# Work request
Filter the records down to the lines that hold the word "IFCSIUNIT", and copy each of those lines.

# Stored dataset items
* * * * * * * * *

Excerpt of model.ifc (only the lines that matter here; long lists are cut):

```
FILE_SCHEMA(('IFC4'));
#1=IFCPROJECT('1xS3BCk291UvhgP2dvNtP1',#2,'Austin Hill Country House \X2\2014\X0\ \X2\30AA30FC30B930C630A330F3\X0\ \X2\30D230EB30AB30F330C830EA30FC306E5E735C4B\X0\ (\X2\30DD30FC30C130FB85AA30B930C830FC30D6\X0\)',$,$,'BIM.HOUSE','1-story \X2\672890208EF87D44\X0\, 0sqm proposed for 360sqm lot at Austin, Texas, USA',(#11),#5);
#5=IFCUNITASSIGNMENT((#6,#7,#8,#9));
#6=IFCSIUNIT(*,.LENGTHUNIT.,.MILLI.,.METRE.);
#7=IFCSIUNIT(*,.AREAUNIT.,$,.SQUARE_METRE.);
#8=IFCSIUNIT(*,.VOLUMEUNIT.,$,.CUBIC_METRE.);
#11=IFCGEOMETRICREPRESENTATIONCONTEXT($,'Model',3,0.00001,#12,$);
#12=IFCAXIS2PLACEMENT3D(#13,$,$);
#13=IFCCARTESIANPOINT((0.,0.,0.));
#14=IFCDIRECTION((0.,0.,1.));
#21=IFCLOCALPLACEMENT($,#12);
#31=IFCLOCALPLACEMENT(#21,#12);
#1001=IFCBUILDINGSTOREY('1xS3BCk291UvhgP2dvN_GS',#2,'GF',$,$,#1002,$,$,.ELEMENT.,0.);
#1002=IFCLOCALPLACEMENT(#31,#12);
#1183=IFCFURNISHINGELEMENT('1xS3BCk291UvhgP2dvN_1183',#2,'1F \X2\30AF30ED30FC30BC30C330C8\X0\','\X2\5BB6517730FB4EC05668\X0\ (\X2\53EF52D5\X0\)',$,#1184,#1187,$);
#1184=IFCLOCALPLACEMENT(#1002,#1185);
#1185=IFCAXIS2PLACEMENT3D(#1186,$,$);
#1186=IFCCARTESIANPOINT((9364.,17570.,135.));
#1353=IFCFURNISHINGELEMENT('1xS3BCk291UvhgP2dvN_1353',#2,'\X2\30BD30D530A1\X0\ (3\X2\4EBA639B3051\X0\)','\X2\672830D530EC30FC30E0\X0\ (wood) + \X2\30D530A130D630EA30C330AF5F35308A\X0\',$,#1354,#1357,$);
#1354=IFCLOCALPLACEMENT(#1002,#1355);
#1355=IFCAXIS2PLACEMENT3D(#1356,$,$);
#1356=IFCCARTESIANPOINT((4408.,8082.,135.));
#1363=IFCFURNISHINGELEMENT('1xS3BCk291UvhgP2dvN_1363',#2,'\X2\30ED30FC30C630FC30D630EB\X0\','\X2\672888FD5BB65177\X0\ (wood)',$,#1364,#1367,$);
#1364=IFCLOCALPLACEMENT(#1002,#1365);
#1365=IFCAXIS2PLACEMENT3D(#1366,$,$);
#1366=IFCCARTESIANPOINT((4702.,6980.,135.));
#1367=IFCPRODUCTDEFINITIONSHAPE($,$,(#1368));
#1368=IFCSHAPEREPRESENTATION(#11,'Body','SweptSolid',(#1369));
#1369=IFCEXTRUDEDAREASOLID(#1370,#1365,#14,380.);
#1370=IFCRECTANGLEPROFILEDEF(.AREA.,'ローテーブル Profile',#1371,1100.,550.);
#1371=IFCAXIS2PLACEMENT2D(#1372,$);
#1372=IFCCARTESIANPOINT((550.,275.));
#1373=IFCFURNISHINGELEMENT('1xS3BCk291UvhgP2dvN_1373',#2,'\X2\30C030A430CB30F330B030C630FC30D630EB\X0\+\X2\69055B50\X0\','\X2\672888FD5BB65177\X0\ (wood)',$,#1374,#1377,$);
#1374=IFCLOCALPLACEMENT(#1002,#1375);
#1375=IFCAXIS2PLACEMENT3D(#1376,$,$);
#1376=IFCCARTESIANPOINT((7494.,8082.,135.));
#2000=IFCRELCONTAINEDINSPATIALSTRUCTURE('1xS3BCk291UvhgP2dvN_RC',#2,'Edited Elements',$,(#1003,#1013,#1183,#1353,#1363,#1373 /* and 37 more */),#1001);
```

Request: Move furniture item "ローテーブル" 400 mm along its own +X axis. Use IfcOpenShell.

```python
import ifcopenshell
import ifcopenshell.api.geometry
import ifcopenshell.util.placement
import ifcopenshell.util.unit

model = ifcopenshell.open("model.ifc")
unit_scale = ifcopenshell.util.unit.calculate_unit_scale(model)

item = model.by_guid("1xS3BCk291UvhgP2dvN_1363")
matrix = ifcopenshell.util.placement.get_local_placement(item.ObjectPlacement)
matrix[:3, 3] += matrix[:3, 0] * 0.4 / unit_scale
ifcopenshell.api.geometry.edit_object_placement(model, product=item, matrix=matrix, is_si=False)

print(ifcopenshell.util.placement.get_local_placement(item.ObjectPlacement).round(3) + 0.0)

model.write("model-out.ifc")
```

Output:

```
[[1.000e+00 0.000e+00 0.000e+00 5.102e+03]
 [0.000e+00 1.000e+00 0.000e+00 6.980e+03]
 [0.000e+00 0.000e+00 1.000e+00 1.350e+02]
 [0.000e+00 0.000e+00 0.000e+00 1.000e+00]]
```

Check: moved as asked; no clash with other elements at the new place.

* * * * * * * * *

# Task output
#6=IFCSIUNIT(*,.LENGTHUNIT.,.MILLI.,.METRE.);
#7=IFCSIUNIT(*,.AREAUNIT.,$,.SQUARE_METRE.);
#8=IFCSIUNIT(*,.VOLUMEUNIT.,$,.CUBIC_METRE.);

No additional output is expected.